As cannabis reform continues to sweep the country, Mondella’s story is yet another example of the indirect dangers of cannabis criminalization. By the time the Red Hook indoor farm was discovered, legal marijuana sales had already begun in Colorado, offering a look at just how differently Mondella’s life might have ended up if New York State were quicker to legalize or reform its drug policies.
After Mondella’s death, investigators largely dropped their investigation into the expansive underground garden. Thompson charged the company with “criminal possession of marijuana in the first degree, a felony, and with failing to comply with laws relating to wastewater dumping, a misdemeanor,” to which Dell’s plead guilty on both charges, paid the requisite $1.2 million fine, and moved on with business.
In the wake of the unsuspected discovery and death at Dell’s Maraschino Cherries Company, Mondella’s daughters, Dana and Dominique, have taken over the family business, expanding the size and amount of cherries offered, streamlining new forms of production, and continuing their father’s generosity and compassion towards the local neighborhood.

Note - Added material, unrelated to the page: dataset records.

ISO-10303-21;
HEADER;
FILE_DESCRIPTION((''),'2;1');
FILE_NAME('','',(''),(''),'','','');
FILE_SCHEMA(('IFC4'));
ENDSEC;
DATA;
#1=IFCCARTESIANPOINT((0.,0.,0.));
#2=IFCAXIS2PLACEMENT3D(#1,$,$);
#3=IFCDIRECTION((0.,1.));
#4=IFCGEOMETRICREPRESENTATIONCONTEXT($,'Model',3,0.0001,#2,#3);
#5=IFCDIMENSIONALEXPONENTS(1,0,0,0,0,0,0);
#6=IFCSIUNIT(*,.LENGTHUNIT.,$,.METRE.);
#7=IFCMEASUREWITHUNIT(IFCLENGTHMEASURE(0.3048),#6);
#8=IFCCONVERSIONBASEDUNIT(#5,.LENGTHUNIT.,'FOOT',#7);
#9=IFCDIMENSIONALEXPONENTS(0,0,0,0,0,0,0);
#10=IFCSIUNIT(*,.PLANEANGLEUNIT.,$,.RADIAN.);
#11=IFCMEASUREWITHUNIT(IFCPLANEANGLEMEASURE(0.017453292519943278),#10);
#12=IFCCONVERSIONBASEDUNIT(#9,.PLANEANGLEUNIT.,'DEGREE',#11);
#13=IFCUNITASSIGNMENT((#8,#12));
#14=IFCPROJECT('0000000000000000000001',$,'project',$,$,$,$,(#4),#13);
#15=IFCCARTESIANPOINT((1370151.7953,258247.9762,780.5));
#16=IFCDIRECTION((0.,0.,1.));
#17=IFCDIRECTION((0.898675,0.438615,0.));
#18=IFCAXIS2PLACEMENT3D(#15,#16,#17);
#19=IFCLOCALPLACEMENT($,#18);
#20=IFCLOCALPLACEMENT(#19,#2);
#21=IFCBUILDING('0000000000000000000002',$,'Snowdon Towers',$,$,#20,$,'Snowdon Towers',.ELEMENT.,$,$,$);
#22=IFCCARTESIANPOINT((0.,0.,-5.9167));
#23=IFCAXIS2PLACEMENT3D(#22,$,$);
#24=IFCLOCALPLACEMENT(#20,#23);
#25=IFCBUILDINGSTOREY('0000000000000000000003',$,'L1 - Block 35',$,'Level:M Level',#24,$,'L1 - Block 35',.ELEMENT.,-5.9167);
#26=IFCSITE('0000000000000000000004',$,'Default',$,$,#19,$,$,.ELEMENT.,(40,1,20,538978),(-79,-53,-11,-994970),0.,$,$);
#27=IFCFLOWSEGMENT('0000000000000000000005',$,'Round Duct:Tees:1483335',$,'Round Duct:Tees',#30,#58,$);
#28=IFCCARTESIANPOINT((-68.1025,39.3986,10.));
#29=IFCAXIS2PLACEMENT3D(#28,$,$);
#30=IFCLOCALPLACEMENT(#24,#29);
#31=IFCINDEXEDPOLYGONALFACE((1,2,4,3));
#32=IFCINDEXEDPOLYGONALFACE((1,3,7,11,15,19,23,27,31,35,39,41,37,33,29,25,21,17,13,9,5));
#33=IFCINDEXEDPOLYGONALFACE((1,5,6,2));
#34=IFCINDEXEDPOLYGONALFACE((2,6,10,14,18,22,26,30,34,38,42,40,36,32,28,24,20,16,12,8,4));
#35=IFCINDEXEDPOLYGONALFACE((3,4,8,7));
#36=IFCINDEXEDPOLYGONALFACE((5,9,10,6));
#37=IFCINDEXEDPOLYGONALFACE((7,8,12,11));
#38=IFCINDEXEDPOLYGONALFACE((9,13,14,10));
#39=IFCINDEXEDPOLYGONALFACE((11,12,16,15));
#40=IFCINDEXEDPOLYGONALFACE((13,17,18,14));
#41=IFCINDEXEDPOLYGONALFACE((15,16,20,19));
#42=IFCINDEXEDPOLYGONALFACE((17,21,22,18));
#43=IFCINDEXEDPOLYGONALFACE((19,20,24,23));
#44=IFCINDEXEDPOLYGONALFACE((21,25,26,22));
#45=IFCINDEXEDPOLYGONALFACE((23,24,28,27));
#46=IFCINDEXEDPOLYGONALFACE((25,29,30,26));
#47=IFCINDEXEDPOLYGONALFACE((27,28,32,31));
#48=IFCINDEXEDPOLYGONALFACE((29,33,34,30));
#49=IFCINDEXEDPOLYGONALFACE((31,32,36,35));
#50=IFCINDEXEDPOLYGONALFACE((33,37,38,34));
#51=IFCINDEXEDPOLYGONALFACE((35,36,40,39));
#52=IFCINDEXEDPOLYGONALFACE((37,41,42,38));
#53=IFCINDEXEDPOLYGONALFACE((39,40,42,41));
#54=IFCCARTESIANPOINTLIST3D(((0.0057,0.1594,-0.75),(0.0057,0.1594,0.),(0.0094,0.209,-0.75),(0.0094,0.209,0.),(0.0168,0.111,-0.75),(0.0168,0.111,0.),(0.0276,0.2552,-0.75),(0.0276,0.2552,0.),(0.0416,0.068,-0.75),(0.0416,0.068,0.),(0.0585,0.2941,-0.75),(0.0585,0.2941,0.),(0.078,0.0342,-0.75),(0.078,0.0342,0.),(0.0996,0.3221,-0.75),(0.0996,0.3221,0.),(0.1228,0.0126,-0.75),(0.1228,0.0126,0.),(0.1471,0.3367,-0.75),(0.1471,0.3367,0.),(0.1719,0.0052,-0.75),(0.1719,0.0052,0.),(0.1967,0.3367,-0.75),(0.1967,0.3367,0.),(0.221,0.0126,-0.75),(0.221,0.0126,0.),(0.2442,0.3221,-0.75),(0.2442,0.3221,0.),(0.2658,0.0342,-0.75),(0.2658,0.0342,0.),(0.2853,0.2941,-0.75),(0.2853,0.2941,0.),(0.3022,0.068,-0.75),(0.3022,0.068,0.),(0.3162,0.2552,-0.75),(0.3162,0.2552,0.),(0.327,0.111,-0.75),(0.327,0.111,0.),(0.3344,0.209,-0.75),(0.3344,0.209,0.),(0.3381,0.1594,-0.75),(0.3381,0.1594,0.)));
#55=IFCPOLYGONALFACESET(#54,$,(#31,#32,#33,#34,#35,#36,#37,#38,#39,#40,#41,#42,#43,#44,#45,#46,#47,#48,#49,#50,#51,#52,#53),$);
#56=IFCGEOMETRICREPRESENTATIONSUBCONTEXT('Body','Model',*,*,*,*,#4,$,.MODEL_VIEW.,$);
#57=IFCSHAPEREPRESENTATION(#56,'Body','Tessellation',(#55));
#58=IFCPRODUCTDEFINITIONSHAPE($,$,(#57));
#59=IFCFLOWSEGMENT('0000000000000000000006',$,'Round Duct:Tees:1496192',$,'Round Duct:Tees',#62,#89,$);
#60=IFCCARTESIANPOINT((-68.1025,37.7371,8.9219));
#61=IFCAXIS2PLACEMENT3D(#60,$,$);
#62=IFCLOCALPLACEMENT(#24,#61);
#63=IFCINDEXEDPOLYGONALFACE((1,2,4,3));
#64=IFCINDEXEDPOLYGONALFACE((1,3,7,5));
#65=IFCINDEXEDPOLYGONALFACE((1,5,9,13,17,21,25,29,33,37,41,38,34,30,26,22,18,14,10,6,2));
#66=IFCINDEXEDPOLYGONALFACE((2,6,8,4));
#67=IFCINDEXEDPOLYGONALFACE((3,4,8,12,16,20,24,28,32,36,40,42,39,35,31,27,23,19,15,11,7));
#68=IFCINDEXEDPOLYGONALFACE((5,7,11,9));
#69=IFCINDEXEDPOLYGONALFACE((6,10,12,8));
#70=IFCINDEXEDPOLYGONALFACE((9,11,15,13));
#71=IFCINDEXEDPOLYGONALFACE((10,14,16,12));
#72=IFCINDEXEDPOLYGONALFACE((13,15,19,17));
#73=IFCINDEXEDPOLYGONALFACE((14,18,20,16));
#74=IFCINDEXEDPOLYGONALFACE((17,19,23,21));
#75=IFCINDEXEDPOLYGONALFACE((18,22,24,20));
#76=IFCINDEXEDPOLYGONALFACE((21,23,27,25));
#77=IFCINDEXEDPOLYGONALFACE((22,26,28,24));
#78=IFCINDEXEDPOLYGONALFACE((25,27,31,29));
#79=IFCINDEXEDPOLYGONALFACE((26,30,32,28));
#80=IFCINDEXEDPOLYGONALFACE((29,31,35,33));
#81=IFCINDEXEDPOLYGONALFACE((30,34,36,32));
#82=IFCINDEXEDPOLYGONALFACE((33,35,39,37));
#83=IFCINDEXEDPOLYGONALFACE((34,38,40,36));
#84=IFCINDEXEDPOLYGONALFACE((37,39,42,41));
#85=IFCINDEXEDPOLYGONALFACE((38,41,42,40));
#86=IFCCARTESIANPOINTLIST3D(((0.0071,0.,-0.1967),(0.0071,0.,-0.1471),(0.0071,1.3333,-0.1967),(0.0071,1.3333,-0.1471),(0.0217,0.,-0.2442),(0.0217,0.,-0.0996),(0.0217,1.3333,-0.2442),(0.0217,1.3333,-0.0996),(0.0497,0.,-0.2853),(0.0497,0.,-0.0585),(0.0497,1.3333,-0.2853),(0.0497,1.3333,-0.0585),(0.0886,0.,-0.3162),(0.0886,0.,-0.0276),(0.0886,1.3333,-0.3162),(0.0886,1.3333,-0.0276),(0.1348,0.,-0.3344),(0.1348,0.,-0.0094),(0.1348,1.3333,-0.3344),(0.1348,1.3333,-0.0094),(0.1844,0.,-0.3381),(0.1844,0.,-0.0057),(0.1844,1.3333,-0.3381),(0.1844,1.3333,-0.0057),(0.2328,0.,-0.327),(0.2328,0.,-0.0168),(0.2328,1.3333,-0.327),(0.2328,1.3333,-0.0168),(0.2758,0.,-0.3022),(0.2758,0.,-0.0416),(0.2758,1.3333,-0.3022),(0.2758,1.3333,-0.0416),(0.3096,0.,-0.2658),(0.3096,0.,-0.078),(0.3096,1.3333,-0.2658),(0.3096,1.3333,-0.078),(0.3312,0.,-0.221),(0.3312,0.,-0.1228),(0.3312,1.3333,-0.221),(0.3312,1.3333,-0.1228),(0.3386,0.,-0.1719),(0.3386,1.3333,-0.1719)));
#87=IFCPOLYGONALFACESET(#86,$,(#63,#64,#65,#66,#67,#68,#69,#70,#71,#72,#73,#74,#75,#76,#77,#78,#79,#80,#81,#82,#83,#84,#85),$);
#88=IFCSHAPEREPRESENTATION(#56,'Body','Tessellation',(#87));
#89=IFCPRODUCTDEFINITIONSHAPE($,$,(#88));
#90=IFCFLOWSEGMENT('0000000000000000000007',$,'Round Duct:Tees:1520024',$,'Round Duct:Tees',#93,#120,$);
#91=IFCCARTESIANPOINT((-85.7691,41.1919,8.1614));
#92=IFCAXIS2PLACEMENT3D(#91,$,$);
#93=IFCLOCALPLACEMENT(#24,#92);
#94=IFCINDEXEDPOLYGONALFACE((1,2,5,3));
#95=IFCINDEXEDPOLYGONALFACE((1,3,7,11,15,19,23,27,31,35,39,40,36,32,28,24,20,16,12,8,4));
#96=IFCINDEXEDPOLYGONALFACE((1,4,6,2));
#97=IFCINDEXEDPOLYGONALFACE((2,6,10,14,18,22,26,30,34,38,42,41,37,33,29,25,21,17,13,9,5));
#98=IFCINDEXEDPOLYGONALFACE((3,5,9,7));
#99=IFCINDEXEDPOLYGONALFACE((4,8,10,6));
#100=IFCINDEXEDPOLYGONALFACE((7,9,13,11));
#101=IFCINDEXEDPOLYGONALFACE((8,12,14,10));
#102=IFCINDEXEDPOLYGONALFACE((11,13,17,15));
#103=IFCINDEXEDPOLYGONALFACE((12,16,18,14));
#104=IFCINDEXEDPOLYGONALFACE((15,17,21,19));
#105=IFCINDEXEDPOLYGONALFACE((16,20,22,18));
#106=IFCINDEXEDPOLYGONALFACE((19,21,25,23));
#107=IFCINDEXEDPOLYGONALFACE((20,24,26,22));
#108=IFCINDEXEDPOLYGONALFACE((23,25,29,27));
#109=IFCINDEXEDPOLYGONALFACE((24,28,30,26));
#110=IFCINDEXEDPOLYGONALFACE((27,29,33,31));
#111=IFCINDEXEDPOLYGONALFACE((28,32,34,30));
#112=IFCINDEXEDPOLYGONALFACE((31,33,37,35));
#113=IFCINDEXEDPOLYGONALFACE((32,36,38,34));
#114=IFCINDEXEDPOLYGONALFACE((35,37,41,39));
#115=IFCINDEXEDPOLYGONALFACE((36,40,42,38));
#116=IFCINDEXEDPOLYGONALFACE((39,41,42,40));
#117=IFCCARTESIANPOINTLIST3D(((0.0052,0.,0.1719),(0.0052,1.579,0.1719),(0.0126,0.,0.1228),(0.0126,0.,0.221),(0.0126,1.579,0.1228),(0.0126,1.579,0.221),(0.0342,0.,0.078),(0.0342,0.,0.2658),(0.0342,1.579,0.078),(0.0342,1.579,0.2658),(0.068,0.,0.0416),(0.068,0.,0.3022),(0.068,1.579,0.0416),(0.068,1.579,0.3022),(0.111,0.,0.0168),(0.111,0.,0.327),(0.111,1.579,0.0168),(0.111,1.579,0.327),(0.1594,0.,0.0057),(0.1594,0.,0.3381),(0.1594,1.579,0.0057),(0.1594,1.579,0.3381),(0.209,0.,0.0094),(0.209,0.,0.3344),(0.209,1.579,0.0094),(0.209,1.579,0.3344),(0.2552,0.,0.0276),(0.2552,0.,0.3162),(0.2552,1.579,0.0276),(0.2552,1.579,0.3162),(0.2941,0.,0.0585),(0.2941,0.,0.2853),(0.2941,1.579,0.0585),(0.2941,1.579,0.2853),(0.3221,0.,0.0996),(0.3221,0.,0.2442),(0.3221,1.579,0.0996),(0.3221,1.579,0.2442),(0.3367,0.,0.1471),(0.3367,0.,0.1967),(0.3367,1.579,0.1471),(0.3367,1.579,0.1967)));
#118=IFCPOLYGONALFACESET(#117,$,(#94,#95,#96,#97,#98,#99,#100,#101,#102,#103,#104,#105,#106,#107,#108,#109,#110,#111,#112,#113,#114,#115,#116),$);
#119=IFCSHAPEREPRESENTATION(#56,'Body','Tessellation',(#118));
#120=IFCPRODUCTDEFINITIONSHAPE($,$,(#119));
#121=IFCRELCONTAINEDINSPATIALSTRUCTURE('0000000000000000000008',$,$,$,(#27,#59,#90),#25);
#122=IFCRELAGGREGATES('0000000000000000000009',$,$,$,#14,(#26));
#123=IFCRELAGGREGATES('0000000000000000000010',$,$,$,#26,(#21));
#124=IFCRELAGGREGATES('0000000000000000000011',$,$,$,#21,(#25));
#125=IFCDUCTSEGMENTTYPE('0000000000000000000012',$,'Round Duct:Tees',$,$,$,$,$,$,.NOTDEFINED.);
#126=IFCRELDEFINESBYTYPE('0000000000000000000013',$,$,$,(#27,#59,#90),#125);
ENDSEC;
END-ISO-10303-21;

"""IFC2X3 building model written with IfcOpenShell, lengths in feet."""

from ifc_helpers import new_model, entity, si_unit, converted_unit, direction, frame, origin, origin_2d_with_axis, place, context, subcontext, project, spatial, circle, extrude, type_object, element, save


model = new_model("IFC2X3")

# Units and contexts
model_context = context("Model", 3, precision=0.0001, world=origin(), true_north=direction((0.0, 1.0)))
body_context = subcontext(model_context, "Body", "Model", "MODEL_VIEW")
ifc_project = project(units=[converted_unit("LENGTHUNIT", "FOOT", entity("IfcLengthMeasure", 0.3048), si_unit("LENGTHUNIT", "METRE"), dimensions=[1, 0, 0, 0, 0, 0, 0]), converted_unit("PLANEANGLEUNIT", "DEGREE", entity("IfcPlaneAngleMeasure", 0.017453292519943278), si_unit("PLANEANGLEUNIT", "RADIAN"), dimensions=[0, 0, 0, 0, 0, 0, 0])], contexts=[model_context])

# Site, building, storey
site_placement = place(None, frame((1370151.7953, 258247.9762, 780.5), z_axis=(0.0, 0.0, 1.0), x_axis=(0.898675, 0.438615, 0.0)))
site = spatial("IfcSite", under=ifc_project, at=site_placement, Name="Default", CompositionType="ELEMENT", RefLatitude=(40, 1, 20, 538978), RefLongitude=(-79, -53, -11, -994970), RefElevation=0.0)
building_placement = place(site_placement, origin())
building = spatial("IfcBuilding", under=site, at=building_placement, Name="Snowdon Towers", LongName="Snowdon Towers", CompositionType="ELEMENT")
storey_placement = place(building_placement, frame((0.0, 0.0, -5.9167)))
storey = spatial("IfcBuildingStorey", under=building, at=storey_placement, Name="L1 - Block 35", ObjectType="Level:M Level", LongName="L1 - Block 35", CompositionType="ELEMENT", Elevation=-5.9167)

# Flow segments
duct_segment_type = type_object("IfcDuctSegmentType", Name="Round Duct:Tees", PredefinedType="NOTDEFINED")
flow_segment_1_placement = place(storey_placement, frame((-68.1025, 39.3986, 10.0)))
element("IfcFlowSegment", 1, at=flow_segment_1_placement, inside=storey, type_object=duct_segment_type, Name="Round Duct:Tees:1483335", ObjectType="Round Duct:Tees", context=body_context, shape_type="SweptSolid", body=[
    extrude(circle(Radius=0.1667, at=origin_2d_with_axis()), frame((0.1719, 0.1719, -0.75), z_axis=(0.0, 0.0, 1.0), x_axis=(0.0, -1.0, 0.0)), (0.0, 0.0, 1.0), 0.75),
])
flow_segment_2_placement = place(storey_placement, frame((-68.1025, 37.7371, 8.9219)))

“The capacity that we’re working at now, he would be so impressed,” Dana told the New Yorker. “But I don’t know if he would’ve been able to see that — not in his lifetime, because it wasn’t in his nature to see it, to allow us to run with an idea, especially as it pertains to here. He was the type of person that did everything on his own.”
The NYPD still hasn’t arrested or charged anyone connected with Mondella’s ganja grow, suggesting the Brooklyn cherry boss translated his autodidact attitude into all of his business endeavors, both sticky and sweet.